Macromolecules:Carbohydrates

Biochemistry Unit

Structure:

Composed of carbon, hydrogen, and oxygen in a 1:2:1 ratio.

The basic unit is called a monosaccharide and includes glucose, fructose, and galactose.

Monosaccharides are classified by the number of carbon atoms they contain.

Monosaccharide Number of Carbon Atoms

Triose 3

Tetrose 4

Pentose 5

Hexose 6

Structure: Monosaccharide

Monosaccharides contain a hydroxyl functional group and either a ketone or an aldehyde.

Monosaccharides exist as either a long chain or a ring structure.

Structure:Monosaccharide

Most monosaccharides are cyclic when placed in an aqueous solution.

Ring structures vary depending on the location of the hydroxyl group at carbon one (C1).

If the hydroxyl group lies below the ring, then it is α-glucose.

If the hydroxyl group lies below the ring it is β-glucose.

Isomers

The hexose carbohydrates include glucose, galactose, and fructose.

These molecules all have the same chemical formula (C6H12O6), but

their physical arrangement differs. These molecules are isomers.

Disaccharides

Two monosaccharides linked together in a condensation reaction.

The types of monosaccharides that link together will determine the type of disaccharide that forms.

Sucrose = fructose and glucose Maltose = two glucose molecules Remember that with condensation

reactions, a water molecule is also produced during the anabolic chemical reaction.

Disaccharides

The reverse reaction is a hydrolysis reaction and is used to break apart a disaccharide into its monosaccharide components. In a hydrolysis chemical reaction, water is needed to complete the catabolic process.

Polysaccharides

Polysaccharides are composed of hundreds of monosaccharides linked together.

While monosaccharides represent simple sugars, polysaccharides represent complex sugars.

Polysaccharides can exist as long chains or as a long chain with branches. The shape and linkage determines the physical properties of each polysaccharide.

Some biologically important polysaccharides include cellulose and starch which are found only in plants and glycogen which is found in animals. Starch and glycogen are storage molecules and cellulose provides structural support for plants.

Starch: Amylose & Amylopectin

Starch is a main staple for human consumption and is found in potatoes, rice, and wheat.

Starch is the combination of two polysaccharides, amylose, and amylopectin.

Starch: Amylose & Amylopectin

Amylose is a linear chain that is formed by linking the first carbon atom of one α-glucose molecule to the fourth carbon of the second α-glucose molecule (α 1 - 4).

Amylopectin is also composed of α 1 – 4 linkage along its main chain, however, it also contains α 1 – 6 branch.

Cellulose

Cellulose is also found in plants and is formed by excess glucose molecules.

Cellulose provides structural support rather than nourishment for the plant.
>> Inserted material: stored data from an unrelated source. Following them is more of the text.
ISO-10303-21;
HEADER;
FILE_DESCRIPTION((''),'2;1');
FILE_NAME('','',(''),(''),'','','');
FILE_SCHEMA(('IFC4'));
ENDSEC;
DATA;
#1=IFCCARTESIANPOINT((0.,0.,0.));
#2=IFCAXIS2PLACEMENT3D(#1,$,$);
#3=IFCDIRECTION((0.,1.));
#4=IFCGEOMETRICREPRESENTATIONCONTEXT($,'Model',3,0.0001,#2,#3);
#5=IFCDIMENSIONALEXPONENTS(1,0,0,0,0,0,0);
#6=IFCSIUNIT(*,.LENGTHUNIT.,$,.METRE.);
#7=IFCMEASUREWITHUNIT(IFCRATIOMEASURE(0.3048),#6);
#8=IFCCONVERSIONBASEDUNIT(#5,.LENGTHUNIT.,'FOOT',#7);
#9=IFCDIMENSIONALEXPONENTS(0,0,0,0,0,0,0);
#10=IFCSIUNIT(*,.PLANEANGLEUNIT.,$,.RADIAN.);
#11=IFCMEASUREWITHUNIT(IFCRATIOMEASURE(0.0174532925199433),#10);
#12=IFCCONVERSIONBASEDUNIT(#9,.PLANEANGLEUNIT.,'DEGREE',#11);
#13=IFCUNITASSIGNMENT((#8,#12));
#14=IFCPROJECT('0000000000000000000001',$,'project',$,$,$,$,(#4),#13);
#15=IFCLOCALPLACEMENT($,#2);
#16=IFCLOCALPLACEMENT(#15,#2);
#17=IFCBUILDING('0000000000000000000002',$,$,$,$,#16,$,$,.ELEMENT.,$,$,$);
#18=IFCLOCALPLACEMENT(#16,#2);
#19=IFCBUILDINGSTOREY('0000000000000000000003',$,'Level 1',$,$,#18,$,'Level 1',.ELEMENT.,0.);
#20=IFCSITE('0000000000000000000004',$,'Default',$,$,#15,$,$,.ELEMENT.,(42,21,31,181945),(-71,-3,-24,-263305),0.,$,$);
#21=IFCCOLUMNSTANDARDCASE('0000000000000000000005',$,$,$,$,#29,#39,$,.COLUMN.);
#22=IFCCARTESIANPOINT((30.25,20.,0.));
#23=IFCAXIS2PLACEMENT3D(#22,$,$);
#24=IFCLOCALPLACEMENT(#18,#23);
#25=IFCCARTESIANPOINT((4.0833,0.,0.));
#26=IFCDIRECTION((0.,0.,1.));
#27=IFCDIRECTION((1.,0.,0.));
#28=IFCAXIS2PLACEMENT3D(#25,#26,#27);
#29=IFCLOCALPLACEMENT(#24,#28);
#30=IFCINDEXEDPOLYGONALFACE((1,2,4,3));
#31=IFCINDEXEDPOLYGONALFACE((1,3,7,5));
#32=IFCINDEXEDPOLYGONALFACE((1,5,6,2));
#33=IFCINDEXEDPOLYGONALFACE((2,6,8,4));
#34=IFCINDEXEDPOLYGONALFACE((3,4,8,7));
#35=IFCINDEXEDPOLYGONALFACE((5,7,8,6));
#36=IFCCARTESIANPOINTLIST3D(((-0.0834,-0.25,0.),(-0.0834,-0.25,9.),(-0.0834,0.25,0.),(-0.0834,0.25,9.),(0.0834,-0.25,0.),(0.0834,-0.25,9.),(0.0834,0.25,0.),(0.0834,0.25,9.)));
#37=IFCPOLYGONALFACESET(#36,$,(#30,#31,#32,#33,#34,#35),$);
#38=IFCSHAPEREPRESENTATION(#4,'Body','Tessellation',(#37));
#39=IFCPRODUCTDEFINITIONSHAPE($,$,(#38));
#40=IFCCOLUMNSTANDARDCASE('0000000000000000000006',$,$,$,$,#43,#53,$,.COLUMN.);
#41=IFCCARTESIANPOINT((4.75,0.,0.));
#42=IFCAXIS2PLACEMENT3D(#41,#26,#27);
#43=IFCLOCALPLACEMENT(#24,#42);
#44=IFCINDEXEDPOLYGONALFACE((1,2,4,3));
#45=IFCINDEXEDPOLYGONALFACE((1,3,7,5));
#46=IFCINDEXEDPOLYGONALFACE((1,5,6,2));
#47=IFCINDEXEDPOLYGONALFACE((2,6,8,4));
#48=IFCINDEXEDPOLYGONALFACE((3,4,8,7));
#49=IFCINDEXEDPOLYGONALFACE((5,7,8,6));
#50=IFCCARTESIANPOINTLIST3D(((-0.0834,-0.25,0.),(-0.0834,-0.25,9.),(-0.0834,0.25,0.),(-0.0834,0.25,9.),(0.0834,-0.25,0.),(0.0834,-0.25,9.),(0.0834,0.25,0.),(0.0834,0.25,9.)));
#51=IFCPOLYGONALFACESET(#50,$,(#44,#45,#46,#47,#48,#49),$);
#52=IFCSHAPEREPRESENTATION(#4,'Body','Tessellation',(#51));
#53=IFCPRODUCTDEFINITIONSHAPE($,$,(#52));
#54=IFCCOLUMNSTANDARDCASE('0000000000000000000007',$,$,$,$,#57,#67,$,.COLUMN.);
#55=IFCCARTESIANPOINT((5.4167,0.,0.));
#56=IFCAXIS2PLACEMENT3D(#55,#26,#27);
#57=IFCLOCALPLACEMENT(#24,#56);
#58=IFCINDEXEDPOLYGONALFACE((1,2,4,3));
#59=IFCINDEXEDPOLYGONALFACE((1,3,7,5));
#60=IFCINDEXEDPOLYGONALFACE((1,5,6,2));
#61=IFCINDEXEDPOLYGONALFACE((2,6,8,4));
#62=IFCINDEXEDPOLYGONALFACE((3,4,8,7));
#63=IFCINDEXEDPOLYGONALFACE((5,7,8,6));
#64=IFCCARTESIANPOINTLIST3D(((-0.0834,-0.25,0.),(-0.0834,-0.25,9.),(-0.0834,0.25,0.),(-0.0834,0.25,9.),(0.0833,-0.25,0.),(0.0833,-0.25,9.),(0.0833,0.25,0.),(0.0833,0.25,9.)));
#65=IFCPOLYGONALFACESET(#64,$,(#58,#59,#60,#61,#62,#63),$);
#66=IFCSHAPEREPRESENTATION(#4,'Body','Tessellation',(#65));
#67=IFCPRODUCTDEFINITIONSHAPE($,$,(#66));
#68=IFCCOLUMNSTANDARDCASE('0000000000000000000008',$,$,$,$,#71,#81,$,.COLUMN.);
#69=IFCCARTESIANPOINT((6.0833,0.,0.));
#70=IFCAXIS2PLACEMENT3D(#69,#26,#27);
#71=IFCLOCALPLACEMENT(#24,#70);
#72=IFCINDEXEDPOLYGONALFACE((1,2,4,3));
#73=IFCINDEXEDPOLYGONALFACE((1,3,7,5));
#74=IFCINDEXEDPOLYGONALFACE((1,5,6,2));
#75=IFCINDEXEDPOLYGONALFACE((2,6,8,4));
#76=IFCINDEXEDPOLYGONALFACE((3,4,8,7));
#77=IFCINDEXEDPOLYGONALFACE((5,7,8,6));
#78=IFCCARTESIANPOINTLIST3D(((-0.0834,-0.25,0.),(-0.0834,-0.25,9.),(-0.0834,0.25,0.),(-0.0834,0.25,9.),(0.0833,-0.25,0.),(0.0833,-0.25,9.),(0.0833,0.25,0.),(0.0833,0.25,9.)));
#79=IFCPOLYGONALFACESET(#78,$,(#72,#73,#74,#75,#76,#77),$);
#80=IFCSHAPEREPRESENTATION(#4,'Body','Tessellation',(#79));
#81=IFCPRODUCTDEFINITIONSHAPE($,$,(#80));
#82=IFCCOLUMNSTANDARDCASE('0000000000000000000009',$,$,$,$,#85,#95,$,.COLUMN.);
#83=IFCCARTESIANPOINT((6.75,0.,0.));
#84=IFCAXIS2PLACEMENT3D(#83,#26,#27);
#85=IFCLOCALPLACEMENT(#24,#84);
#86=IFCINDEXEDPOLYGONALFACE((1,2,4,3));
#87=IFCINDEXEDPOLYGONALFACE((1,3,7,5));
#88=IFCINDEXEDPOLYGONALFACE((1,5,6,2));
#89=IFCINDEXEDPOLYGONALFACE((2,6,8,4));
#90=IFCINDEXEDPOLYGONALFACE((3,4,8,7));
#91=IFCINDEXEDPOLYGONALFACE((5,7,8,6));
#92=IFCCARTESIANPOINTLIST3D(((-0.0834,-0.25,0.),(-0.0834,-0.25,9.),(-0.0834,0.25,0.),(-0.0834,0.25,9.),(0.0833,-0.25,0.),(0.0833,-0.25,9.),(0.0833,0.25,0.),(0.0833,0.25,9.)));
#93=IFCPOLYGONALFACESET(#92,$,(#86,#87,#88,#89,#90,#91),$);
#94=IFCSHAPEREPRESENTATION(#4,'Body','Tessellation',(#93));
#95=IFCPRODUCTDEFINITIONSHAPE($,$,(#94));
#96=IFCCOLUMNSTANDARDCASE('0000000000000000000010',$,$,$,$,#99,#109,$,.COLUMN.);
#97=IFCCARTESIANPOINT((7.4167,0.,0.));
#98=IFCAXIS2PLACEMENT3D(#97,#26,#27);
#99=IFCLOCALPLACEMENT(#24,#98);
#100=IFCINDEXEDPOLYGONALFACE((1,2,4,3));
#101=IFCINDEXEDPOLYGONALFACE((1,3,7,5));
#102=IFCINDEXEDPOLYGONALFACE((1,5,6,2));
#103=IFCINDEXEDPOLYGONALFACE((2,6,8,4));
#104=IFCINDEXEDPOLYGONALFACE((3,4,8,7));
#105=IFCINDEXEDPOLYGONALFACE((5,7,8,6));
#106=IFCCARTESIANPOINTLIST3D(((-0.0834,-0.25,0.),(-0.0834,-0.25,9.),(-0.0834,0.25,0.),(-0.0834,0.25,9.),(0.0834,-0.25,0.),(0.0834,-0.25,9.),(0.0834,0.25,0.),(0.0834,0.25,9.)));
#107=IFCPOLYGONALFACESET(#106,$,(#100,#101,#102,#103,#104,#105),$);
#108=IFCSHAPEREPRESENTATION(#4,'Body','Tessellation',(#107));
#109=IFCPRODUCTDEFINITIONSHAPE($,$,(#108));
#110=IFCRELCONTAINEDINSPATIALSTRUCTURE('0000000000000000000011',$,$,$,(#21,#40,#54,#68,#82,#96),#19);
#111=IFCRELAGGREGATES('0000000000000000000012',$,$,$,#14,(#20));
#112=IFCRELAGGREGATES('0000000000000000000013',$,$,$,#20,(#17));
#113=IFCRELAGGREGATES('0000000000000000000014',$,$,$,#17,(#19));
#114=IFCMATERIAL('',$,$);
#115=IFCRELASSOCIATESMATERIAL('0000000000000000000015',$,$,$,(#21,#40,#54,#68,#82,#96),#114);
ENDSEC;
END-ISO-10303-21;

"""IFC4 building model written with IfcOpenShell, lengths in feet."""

from ifc_helpers import new_model, entity, si_unit, converted_unit, direction, frame, origin, place, context, project, spatial, rectangle, extrude, material, element, save


model = new_model("IFC4")

# Units and contexts
model_context = context("Model", 3, precision=0.0001, world=origin(), true_north=direction((0.0, 1.0)))
ifc_project = project(units=[converted_unit("LENGTHUNIT", "FOOT", entity("IfcRatioMeasure", 0.3048), si_unit("LENGTHUNIT", "METRE"), dimensions=[1, 0, 0, 0, 0, 0, 0]), converted_unit("PLANEANGLEUNIT", "DEGREE", entity("IfcRatioMeasure", 0.0174532925199433), si_unit("PLANEANGLEUNIT", "RADIAN"), dimensions=[0, 0, 0, 0, 0, 0, 0])], contexts=[model_context])

# Site, building, storey
site_placement = place(None, origin())
site = spatial("IfcSite", under=ifc_project, at=site_placement, Name="Default", CompositionType="ELEMENT", RefLatitude=(42, 21, 31, 181945), RefLongitude=(-71, -3, -24, -263305), RefElevation=0.0)
building_placement = place(site_placement, origin())
building = spatial("IfcBuilding", under=site, at=building_placement, CompositionType="ELEMENT")
storey_placement = place(building_placement, origin())
storey = spatial("IfcBuildingStorey", under=building, at=storey_placement, Name="Level 1", LongName="Level 1", CompositionType="ELEMENT", Elevation=0.0)

# Columns
ifc_material_1 = material(Name="")
wall_placement = place(storey_placement, frame((30.25, 20.0, 0.0)))
for number, where, z_axis, x_axis in (
    (1, (4.0833, 0.0, 0.0), (0.0, 0.0, 1.0), (1.0, 0.0, 0.0)),
    (2, (4.75, 0.0, 0.0), (0.0, 0.0, 1.0), (1.0, 0.0, 0.0)),
    (3, (5.4167, 0.0, 0.0), (0.0, 0.0, 1.0), (1.0, 0.0, 0.0)),
    (4, (6.0833, 0.0, 0.0), (0.0, 0.0, 1.0), (1.0, 0.0, 0.0)),
    (5, (6.75, 0.0, 0.0), (0.0, 0.0, 1.0), (1.0, 0.0, 0.0)),
    (6, (7.4167, 0.0, 0.0), (0.0, 0.0, 1.0), (1.0, 0.0, 0.0)),
):
    element("IfcColumnStandardCase", number, at=place(wall_placement, frame(where, z_axis=z_axis, x_axis=x_axis)), inside=storey, material=ifc_material_1, PredefinedType="COLUMN", context=model_context, shape_type="SweptSolid", body=[
        extrude(rectangle(XDim=0.1667, YDim=0.5), origin(), (0.0, 0.0, 1.0), 9.0),
    ])

save(model, "model.ifc")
Cellulose is a straight chain polymer consisting of β – glucose molecules linked together.

The glycosidic link occurs at the first carbon of one β – glucose molecule and the fourth carbon of the second β – glucose molecule.

Cellulose

The orientation of the glucose molecules created hydrogen bonds between the hydroxyl groups of glucose molecules between two chains of cellulose. This creates strong tough fibres for the cell wall of plants and it also provides industrial use for lumber, paper, and clothing.

Glycogen

Glycogen is a polysaccharide that is only found in animal cells and is generated when there is an excess of glucose in our blood.

The α-glucose molecules are linked in a 1 – 4 arrangement with branches forming at the 1 – 6 linkage.

Similar to amylopectin, there are more branches in glycogen.

Chitin

Cellulose like polymer with a nitrogen containing group attached at C2.

Oligosaccharides

Contain a small number (3-10) of monosaccharides.

Example: a disaccharide is composed of two monosaccharides.

Often found as a component of glycoproteins and glycolipids within cell membranes.